Wspomnienie kawalerskiego wieczora
Poniedziałek, 28 maja 2012
· Komentarze(0)
Kategoria Wycieczki
Rano do pracy, konstrolnie wybyłem na dwór w celu sprawdzenia temperatury i aury ... paczę a tam mleko na świecie ... nosz pojebało się coś tej pogodzie, mgła jak nad Smoleńskiem i 6 stopniów na plusie ... no niech żyje nam cudoffny miesionc maj ... po robocie zakupy z rodziną tak zwanym blachosmrodem ... konieczność wyższa. W tak zwanym międzyczasie zakończylim rehabilitacyję tak zwanej Ofcy czyli Karoliny ... łokieć łokiej, moszna jeździć ... no takoż uczynilim z tą łoną i jej meńciznom Patrykiem w pewnych kręgach znanym jako Skjaatel ... traską mieszaną z przewagą asfaltów zdecydowaną ... Modrzewina - Jelenia Dolina - Ogrodniki - Milejewo - Elbląg ... i pod kuniec śmieszna sytuacja mnie spotkała, panowie Misie Niebieskie stali sobie w okolicy zakładu naprawy rozruszników jakieś 400 metrów przed 'Bianką' ja sobie mknę, zegar pokazuje 56,5 i tylko mi panowie pogrozili palcem :D ... pierwszy raz mnie się zdarzyło takie coś było ... czaaad. Sallam Allejkum.

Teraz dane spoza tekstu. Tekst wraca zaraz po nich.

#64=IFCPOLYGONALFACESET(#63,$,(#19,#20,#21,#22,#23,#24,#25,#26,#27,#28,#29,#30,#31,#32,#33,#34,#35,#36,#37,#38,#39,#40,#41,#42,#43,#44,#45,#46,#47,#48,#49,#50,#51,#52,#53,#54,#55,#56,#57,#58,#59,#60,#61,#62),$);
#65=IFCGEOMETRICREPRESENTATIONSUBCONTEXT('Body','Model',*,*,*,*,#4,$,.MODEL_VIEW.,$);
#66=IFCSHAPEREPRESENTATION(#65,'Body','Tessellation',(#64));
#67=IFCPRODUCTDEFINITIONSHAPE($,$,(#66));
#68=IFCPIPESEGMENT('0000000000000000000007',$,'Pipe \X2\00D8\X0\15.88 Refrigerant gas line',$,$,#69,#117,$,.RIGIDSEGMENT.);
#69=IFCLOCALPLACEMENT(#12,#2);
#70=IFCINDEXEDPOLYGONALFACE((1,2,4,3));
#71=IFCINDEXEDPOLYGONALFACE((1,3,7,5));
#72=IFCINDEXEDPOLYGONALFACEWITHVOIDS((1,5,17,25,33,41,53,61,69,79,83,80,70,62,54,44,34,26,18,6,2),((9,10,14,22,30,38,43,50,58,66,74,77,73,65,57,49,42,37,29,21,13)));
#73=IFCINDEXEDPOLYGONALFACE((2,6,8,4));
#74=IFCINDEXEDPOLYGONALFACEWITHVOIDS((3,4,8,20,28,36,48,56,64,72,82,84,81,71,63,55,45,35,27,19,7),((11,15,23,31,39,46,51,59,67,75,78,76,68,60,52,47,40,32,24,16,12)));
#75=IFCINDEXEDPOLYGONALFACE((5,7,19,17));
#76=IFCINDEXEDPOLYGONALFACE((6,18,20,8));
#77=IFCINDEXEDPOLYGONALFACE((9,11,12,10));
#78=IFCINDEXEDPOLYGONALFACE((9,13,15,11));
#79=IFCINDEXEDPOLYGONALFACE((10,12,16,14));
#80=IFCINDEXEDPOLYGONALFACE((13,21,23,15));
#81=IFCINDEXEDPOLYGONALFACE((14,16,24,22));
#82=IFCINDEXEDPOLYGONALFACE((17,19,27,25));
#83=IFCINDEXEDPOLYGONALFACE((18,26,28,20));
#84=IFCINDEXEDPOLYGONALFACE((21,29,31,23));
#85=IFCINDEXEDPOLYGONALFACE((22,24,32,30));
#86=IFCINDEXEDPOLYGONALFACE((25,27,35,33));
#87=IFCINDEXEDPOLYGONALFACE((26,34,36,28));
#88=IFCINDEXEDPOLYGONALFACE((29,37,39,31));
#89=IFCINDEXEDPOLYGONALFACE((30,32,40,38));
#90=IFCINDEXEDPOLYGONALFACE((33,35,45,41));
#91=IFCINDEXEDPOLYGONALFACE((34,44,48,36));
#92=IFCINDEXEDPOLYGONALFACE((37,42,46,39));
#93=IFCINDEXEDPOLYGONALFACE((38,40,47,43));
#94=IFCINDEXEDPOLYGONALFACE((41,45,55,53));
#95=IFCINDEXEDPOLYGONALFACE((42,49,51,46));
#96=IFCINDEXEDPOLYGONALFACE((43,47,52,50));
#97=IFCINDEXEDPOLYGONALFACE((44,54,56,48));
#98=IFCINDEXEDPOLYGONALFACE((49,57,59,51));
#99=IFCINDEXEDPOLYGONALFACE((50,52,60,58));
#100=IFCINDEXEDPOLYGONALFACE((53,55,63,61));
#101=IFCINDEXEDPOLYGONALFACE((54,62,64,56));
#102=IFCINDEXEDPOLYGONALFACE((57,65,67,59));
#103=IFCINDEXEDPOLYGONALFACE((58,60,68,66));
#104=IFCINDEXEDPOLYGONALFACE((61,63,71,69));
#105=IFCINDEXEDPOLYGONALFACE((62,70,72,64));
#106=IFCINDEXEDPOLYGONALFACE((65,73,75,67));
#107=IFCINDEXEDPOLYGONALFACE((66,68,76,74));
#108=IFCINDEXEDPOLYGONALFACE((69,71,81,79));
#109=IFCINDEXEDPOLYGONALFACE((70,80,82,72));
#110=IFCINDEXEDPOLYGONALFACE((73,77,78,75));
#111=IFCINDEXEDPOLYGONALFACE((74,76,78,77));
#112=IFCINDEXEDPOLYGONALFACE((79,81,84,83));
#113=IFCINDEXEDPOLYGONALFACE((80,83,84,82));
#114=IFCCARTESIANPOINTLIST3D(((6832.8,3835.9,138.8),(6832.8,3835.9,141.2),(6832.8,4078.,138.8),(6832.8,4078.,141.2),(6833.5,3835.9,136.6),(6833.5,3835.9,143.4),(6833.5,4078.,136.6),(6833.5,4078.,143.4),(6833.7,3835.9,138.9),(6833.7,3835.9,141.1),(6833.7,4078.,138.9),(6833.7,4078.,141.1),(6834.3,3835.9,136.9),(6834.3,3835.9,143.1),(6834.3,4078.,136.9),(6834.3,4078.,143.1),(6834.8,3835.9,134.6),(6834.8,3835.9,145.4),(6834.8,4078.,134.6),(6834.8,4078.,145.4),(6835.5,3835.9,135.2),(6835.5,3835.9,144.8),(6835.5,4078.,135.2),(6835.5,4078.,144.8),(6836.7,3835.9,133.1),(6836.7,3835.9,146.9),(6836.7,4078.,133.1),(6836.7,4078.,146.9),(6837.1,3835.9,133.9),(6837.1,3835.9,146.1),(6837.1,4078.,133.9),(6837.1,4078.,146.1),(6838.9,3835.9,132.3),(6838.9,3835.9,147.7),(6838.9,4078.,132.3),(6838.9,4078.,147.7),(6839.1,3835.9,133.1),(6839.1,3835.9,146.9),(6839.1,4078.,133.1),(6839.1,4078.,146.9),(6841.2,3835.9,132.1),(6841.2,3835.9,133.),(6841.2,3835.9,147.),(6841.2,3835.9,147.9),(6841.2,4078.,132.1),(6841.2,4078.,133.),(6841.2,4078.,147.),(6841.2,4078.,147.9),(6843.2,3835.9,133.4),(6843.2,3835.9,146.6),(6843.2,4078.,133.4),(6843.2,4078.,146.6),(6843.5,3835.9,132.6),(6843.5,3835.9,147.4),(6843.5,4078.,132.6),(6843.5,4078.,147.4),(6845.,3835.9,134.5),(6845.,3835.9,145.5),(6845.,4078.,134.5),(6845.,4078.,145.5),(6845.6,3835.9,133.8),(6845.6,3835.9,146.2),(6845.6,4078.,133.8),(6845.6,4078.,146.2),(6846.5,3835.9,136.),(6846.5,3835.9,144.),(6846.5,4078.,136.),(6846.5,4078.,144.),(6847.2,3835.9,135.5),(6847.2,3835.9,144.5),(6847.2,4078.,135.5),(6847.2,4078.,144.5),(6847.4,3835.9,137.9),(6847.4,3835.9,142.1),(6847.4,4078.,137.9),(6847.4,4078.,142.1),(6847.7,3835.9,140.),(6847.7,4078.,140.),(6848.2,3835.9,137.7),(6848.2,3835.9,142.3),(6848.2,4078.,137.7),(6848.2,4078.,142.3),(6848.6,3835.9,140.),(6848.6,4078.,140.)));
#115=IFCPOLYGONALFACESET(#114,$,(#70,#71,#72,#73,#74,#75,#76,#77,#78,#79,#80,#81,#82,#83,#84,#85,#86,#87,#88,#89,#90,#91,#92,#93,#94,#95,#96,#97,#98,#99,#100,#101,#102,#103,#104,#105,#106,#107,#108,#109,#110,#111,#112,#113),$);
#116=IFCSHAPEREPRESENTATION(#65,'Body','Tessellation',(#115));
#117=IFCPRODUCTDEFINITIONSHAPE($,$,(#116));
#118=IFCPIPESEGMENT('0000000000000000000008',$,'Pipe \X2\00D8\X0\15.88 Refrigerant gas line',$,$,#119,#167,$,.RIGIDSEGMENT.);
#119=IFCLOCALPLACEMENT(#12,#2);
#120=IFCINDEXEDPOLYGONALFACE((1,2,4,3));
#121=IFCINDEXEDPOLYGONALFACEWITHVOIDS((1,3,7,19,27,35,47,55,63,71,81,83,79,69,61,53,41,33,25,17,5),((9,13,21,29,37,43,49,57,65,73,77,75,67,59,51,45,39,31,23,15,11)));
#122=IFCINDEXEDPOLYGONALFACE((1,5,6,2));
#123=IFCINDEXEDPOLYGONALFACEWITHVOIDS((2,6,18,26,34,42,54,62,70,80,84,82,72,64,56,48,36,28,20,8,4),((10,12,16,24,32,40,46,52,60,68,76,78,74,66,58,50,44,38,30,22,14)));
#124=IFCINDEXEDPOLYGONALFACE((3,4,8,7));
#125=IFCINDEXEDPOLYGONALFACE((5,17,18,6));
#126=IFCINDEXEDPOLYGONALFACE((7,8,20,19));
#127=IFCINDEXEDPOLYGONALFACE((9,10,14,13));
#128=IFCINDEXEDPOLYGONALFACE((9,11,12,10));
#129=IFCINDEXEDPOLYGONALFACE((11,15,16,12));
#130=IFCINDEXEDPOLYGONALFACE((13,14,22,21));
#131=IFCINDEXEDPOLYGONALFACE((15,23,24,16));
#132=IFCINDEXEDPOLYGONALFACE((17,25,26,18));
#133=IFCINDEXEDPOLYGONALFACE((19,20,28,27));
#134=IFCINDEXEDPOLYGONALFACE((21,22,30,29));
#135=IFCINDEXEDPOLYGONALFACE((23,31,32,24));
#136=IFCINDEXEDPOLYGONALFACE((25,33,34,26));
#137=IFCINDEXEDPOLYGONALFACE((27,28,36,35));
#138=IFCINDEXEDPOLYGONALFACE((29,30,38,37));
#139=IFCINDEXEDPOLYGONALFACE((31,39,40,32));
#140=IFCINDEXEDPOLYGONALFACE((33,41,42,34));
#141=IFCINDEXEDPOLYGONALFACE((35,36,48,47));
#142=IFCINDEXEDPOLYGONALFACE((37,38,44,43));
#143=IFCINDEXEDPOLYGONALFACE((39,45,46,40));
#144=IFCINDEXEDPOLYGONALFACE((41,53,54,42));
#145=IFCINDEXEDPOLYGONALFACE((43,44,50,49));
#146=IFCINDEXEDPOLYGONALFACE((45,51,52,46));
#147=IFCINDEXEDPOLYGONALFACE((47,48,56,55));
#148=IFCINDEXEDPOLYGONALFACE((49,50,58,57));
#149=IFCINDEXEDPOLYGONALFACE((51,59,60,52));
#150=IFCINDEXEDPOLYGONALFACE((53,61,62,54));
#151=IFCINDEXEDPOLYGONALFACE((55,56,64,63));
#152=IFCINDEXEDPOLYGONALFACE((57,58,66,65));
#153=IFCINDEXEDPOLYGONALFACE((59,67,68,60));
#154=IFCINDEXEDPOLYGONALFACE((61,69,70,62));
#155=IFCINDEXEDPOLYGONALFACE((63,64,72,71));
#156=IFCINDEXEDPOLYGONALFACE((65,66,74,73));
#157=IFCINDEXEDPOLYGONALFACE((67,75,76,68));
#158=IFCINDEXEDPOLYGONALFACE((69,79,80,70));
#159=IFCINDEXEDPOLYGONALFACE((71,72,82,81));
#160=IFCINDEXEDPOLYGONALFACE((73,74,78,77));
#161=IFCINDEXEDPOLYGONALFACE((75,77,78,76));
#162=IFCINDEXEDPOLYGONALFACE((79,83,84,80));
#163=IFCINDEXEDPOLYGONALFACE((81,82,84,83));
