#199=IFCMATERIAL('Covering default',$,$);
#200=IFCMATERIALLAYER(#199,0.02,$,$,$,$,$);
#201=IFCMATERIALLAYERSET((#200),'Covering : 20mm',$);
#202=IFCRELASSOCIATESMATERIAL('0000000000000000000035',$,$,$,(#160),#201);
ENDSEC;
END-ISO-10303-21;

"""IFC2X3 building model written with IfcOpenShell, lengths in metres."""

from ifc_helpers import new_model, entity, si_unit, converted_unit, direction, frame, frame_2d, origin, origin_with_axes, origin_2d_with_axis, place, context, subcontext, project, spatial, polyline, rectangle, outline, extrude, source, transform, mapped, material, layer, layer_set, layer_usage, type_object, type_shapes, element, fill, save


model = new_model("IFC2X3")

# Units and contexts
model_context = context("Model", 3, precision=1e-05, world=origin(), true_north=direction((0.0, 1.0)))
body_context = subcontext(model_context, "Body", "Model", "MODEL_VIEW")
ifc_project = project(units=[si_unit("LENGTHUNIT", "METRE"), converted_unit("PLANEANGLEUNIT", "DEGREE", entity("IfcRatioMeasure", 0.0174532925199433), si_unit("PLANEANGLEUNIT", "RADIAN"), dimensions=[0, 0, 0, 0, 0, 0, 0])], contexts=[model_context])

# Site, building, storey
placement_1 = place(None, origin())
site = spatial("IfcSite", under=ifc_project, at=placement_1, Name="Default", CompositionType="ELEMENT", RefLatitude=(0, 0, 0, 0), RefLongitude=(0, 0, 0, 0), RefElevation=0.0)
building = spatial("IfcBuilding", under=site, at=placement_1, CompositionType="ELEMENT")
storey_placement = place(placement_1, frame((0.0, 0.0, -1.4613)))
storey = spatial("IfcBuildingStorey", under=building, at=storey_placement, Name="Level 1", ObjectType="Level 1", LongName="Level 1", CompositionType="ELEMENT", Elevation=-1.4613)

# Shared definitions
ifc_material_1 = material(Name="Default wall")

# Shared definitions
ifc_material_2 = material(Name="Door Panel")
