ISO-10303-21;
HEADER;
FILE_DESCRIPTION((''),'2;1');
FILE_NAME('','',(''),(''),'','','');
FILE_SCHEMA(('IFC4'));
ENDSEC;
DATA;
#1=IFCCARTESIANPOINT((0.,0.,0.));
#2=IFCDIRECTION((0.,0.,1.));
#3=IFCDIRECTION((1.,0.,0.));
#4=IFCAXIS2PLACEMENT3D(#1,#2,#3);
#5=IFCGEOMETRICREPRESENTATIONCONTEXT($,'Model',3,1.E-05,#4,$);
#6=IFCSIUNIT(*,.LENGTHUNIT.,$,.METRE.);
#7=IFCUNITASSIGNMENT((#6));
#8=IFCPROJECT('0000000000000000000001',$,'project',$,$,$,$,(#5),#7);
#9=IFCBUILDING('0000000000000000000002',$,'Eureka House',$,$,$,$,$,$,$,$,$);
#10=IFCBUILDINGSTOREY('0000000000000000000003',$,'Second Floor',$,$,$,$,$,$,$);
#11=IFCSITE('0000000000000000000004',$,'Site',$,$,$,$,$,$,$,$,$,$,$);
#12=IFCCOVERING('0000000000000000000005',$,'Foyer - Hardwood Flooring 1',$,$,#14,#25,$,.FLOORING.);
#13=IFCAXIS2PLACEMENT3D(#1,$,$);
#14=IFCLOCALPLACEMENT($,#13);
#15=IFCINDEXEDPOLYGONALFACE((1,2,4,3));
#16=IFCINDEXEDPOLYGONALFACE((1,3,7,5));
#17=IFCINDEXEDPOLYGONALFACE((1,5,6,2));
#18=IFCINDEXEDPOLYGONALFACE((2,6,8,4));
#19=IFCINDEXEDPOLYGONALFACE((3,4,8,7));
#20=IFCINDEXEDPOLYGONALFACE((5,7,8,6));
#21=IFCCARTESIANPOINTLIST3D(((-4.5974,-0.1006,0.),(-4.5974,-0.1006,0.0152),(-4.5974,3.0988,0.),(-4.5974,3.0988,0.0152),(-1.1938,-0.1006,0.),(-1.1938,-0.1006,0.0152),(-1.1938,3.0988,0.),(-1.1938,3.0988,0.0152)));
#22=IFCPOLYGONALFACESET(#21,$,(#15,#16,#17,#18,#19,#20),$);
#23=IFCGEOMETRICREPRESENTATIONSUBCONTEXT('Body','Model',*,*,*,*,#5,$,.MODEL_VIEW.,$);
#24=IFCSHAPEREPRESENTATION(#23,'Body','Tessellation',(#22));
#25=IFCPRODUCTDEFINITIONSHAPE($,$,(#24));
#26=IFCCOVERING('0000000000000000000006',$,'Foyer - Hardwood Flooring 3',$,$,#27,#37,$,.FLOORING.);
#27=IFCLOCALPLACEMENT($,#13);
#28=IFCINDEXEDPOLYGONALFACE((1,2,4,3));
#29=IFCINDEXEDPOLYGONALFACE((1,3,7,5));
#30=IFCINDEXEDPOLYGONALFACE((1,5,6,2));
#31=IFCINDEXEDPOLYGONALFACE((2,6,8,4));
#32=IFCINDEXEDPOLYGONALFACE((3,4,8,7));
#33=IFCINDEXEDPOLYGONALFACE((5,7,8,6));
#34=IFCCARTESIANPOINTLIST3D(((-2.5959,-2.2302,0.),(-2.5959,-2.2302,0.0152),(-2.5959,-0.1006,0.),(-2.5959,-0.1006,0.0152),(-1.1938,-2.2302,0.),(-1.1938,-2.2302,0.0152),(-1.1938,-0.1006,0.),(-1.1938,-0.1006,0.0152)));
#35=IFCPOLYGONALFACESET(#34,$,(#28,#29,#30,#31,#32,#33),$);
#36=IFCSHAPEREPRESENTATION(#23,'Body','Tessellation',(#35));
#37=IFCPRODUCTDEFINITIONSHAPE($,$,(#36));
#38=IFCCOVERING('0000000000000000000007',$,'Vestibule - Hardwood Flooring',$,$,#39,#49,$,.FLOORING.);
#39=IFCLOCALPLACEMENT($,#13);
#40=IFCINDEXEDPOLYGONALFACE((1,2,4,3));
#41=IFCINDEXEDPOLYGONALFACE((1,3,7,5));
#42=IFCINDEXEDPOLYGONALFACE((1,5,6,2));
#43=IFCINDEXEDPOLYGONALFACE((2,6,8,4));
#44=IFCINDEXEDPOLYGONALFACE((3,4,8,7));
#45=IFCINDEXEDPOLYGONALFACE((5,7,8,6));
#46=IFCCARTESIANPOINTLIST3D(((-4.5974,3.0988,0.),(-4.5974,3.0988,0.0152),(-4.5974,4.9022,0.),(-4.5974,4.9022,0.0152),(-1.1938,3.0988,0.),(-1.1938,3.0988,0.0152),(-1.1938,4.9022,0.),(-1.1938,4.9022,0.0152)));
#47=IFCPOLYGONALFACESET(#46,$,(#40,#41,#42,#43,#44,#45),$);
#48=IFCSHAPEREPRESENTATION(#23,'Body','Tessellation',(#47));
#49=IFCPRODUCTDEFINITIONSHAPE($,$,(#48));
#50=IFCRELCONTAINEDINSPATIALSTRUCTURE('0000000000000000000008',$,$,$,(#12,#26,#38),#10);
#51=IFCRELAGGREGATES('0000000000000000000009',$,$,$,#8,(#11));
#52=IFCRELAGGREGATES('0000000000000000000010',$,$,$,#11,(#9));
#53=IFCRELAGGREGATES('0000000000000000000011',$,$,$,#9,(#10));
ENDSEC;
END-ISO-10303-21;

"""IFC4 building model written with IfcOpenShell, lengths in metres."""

from ifc_helpers import new_model, si_unit, frame, origin, origin_with_axes, origin_2d, place, context, subcontext, project, spatial, rectangle, extrude, element, save


model = new_model("IFC4")

# Units and contexts
model_context = context("Model", 3, precision=1e-05, world=origin_with_axes())
body_context = subcontext(model_context, "Body", "Model", "MODEL_VIEW")
ifc_project = project(units=[si_unit("LENGTHUNIT", "METRE")], contexts=[model_context])

# Site, building, storey
site = spatial("IfcSite", under=ifc_project, Name="Site")
building = spatial("IfcBuilding", under=site, Name="Eureka House")
storey = spatial("IfcBuildingStorey", under=building, Name="Second Floor")

# Coverings
covering_1_placement = place(None, frame((-2.8956, 1.4991, 0.0), z_axis=(0.0, 0.0, 1.0), x_axis=(1.0, 0.0, 0.0)))
element("IfcCovering", 1, at=covering_1_placement, inside=storey, Name="Foyer - Hardwood Flooring 1", PredefinedType="FLOORING", context=body_context, shape_type="SweptSolid", body=[
    extrude(rectangle(XDim=3.4036, YDim=3.1994, at=origin_2d()), origin(), (0.0, 0.0, 1.0), 0.0152),
])
covering_2_placement = place(None, frame((-1.8949, -1.1654, 0.0), z_axis=(0.0, 0.0, 1.0), x_axis=(1.0, 0.0, 0.0)))
element("IfcCovering", 2, at=covering_2_placement, inside=storey, Name="Foyer - Hardwood Flooring 3", PredefinedType="FLOORING", context=body_context, shape_type="SweptSolid", body=[
    extrude(rectangle(XDim=1.4021, YDim=2.1296, at=origin_2d()), origin(), (0.0, 0.0, 1.0), 0.0152),
])
covering_3_placement = place(None, frame((-2.8956, 4.0005, 0.0), z_axis=(0.0, 0.0, 1.0), x_axis=(1.0, 0.0, 0.0)))
element("IfcCovering", 3, at=covering_3_placement, inside=storey, Name="Vestibule - Hardwood Flooring", PredefinedType="FLOORING", context=body_context, shape_type="SweptSolid", body=[
    extrude(rectangle(XDim=3.4036, YDim=1.8034, at=origin_2d()), origin(), (0.0, 0.0, 1.0), 0.0152),
])

save(model, "model.ifc")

P.S. Dlaczego tytuł wpisu taki a nie inny, ano dlategoż, gdyż mój wieczór kawalerski a panieński mojej żony miał miejsce w owej Jeleniej Dolinie lat temu cztyry :)
P.S. Dlaczego tytuł wpisu taki a nie inny, ano dlategoż, gdyż mój wieczór kawalerski a panieński mojej żony miał miejsce w owej Jeleniej Dolinie lat temu cztyry :)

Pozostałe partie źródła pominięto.